При концентрации мы наблюдаем скрещивание воображения с анализом, о чём свидетельствуют самонаблюдения поэта Поля Валери:

«Когда появляется продуктивное настроение, говорит его герой Эвпалинос, я точно так же отличаюсь от самого себя, как натянутая струна — от самой себя, когда она бывает расслабленной. Я становлюсь совсем другим. Все мои комбинации совершаются и сохраняются в освещении. Моя потребность в прекрасном, равная моим неизвестным источникам и средствам, сама собой порождает образы, которыми я удовлетворен. Я от всего сердца желаю… и силы приходят. Силы души странно выступают ночью. Вот они, насыщенные СЕетом и иллюзиями. Они осаждают меня своими дарами, они осаждают меня своими крыльями. В этом опасность! Это самая трудная вещь на свете! О момент важнейший и великая боль!.. Это обильное и таинственное благоволение вместо того, чтобы принять его, как оно есть, идущим только от большого желания, которое наивно оформлено только тем, что ждет моя душа, я должен задержать, пока не дам ему знака. Если же я его получу в виде перерыва своей жизни (чудесный перерыв обыкновенного потока), я должен ещё разделить неделимое, и ограничить, и прервать зарождение идей» [1128].
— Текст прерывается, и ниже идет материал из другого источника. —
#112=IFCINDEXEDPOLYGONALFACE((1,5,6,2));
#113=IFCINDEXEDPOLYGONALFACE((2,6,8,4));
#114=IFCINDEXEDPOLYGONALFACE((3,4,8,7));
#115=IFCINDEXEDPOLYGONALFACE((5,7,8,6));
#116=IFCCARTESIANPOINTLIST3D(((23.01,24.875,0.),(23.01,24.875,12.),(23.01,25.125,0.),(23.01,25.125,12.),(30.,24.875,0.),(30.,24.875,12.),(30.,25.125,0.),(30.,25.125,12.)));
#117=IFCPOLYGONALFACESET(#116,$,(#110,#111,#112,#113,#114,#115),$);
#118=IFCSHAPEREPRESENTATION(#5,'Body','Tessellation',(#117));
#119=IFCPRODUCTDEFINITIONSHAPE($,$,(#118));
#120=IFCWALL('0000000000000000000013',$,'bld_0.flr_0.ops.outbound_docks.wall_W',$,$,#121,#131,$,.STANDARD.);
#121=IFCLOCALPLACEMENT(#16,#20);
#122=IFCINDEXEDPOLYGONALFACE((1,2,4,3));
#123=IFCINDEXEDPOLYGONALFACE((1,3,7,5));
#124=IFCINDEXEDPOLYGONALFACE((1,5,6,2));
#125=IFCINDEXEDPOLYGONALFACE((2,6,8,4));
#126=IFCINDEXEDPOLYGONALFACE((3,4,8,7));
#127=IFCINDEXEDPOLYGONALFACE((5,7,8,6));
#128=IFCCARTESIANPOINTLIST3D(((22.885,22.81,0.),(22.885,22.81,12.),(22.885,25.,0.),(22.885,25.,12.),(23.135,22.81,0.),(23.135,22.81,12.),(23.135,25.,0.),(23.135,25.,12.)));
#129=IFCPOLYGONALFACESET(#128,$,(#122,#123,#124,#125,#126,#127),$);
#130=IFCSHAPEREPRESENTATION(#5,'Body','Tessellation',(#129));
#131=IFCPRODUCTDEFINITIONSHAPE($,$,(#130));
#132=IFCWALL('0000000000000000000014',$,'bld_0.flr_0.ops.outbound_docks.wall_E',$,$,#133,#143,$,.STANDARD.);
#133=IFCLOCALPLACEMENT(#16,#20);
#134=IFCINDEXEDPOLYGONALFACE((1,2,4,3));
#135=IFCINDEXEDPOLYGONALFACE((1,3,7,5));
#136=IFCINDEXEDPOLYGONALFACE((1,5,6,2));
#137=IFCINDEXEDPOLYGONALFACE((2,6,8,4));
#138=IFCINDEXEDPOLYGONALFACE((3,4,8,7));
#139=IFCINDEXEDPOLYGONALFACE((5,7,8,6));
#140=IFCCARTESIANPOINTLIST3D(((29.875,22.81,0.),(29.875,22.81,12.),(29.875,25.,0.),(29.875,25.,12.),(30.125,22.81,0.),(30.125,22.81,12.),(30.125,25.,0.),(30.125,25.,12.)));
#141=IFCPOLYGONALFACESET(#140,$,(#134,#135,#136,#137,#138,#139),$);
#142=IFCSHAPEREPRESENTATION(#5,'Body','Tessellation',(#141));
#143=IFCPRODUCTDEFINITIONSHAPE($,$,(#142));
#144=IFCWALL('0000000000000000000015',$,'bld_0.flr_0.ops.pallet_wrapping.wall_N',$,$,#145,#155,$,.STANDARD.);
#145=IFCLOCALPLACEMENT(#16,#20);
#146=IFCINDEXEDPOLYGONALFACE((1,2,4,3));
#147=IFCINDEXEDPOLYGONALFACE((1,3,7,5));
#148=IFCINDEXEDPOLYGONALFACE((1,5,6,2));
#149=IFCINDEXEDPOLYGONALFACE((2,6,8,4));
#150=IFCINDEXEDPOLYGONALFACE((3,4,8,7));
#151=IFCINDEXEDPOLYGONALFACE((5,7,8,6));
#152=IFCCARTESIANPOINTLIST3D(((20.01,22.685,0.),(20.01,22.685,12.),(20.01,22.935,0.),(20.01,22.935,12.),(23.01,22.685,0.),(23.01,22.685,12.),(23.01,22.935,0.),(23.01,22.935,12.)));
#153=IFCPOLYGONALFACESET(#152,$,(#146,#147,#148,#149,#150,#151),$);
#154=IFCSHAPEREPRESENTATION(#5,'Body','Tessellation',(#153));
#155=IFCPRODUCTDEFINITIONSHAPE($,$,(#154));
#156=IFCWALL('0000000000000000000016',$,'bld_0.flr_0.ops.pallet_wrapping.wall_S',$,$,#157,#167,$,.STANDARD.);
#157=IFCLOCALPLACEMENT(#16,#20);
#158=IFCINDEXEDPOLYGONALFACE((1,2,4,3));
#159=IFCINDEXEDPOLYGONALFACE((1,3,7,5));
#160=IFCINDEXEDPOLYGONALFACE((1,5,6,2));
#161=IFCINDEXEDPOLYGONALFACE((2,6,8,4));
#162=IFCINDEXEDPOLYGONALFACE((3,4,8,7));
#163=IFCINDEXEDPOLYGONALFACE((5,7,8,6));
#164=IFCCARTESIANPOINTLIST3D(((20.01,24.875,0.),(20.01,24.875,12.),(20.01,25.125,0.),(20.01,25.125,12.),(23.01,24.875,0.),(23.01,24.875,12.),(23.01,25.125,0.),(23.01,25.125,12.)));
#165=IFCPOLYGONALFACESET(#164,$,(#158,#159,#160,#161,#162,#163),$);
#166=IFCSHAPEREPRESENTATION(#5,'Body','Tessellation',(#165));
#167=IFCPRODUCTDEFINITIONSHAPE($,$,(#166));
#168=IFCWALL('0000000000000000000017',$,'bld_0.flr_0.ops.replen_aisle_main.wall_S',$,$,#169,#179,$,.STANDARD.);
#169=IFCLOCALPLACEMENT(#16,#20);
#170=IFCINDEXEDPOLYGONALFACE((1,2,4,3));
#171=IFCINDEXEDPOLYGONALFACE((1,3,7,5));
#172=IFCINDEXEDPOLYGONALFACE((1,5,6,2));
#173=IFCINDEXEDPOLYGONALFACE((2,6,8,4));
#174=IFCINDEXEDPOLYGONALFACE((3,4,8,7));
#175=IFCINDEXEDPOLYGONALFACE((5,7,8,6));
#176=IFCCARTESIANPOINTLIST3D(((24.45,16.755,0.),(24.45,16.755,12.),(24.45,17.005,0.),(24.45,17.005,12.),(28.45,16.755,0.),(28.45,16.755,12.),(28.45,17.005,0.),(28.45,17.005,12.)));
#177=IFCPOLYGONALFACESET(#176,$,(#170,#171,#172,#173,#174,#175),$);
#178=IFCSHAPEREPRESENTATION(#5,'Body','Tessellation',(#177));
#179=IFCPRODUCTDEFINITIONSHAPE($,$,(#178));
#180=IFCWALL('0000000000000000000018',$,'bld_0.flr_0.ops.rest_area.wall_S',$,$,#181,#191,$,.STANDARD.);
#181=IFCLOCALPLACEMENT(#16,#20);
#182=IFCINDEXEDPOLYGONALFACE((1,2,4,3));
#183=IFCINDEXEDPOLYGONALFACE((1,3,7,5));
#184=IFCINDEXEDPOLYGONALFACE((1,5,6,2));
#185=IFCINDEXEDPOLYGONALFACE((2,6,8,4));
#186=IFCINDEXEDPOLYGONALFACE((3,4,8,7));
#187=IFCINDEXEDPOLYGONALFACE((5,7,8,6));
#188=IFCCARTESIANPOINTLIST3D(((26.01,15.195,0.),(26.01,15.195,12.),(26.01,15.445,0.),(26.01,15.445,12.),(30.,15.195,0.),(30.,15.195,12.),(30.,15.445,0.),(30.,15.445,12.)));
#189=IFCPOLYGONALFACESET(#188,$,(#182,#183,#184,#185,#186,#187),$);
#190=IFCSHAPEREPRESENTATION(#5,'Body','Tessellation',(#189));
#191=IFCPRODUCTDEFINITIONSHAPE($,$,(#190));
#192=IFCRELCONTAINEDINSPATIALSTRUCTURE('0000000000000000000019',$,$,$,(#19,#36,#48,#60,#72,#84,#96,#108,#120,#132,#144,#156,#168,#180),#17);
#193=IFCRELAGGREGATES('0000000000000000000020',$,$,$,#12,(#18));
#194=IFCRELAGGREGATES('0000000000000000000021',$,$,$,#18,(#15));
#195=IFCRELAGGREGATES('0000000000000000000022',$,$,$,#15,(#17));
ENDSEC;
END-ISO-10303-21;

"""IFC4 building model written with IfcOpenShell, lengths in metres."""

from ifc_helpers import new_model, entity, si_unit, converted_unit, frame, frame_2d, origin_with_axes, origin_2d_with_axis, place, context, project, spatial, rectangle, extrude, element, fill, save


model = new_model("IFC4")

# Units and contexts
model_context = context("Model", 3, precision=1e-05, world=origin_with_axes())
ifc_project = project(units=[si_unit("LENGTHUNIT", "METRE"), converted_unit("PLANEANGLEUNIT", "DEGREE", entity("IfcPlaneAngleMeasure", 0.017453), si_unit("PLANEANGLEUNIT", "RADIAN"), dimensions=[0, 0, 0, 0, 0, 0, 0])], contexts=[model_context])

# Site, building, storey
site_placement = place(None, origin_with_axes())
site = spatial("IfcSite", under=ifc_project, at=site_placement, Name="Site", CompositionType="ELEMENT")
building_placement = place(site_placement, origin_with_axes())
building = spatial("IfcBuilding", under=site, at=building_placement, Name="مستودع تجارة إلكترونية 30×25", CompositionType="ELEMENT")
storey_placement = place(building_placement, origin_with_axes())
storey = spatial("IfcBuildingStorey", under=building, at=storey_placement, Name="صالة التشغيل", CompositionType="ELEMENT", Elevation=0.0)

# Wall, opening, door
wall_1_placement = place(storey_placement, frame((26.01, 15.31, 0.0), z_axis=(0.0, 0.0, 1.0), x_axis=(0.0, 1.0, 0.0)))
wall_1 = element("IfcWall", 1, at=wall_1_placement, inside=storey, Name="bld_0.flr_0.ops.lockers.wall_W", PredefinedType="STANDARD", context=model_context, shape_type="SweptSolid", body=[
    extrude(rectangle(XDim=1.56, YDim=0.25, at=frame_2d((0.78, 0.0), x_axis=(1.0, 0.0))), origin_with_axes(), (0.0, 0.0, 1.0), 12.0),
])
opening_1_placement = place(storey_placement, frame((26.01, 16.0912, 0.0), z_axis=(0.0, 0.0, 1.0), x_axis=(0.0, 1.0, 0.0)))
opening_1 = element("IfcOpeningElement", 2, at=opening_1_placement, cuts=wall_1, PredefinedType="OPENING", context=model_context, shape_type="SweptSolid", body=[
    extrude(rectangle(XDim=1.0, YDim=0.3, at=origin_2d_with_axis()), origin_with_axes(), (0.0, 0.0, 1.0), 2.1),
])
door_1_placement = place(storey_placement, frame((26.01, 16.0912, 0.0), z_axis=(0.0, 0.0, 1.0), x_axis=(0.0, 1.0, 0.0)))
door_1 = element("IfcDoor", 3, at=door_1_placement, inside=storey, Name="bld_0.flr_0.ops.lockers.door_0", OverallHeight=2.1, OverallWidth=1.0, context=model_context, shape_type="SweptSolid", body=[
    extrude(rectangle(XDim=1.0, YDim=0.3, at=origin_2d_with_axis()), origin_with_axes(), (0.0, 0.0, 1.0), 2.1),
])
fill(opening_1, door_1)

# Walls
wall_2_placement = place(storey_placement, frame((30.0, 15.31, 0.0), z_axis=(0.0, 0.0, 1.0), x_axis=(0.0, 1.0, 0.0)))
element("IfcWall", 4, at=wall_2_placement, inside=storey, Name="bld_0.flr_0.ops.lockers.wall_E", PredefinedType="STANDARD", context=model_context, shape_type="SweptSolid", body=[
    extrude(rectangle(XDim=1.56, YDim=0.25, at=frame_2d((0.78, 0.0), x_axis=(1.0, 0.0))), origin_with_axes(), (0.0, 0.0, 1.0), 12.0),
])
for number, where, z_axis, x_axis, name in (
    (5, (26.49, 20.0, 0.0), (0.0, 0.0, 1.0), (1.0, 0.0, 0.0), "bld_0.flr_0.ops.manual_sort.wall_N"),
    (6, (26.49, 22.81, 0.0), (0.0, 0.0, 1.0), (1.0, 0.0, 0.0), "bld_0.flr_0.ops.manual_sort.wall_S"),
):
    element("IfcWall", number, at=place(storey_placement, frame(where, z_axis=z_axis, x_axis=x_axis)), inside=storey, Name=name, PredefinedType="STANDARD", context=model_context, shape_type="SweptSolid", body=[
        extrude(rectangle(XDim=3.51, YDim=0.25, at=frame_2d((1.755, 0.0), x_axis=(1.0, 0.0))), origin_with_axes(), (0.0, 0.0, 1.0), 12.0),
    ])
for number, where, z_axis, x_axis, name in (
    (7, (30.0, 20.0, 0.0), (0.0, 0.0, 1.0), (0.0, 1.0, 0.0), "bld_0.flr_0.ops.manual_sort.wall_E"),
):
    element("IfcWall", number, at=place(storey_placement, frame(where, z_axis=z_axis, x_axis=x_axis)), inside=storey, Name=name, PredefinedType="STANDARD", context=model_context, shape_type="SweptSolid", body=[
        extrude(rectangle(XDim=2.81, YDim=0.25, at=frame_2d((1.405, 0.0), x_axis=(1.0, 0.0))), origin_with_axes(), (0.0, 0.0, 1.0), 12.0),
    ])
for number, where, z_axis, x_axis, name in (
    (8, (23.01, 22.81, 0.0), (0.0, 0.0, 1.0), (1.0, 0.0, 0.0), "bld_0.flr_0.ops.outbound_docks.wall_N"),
Значит, необходима сила ума и воли, чтобы поставить в ряд, соразмерить и использовать результаты вдохновения. Вдохновение результативно, когда оно охлаждено, выяснено, успокоено. «Энтузиазм не является состоянием духа писателя», — отмечает в другом месте Поль Валери. Здесь мы могли бы вспомнить и Вольтера, который также представляет собой человека разума и воли в своих поэтических опытах. Он пишет: «Редчайшая вещь — сочетание разума с энтузиазмом… Разумный энтузиазм (l’enthousiasme raisonable) является наследственной частью великих поэтов»[1129]. Валери в свою очередь поясняет: «Каким бы ни был мощным огонь, эта мощь становится полезным двигателем только тогда, когда она впряжена в машины искусства» [1130]. И ещё, подтверждая в самой решительной форме свой интеллектуализм, он продолжает: «Настоящим условием для настоящего поэта является нечто коренным образом отличное от сонного состояния. Я не вижу ничего другого, кроме как сознательные поиски, гибкость мысли, согласие души, неприятные трудности и нескончаемый триумф жертвоприношения» [1131]. Известно, что Валери пытался сохранить в своей поэзии классические правила, избегать романтических вольностей стиха, строго контролировать даже свой синтаксис и словарь[1132], что как раз не по вкусу по теории тех, кто признаёт только «бессознательное» в творчестве.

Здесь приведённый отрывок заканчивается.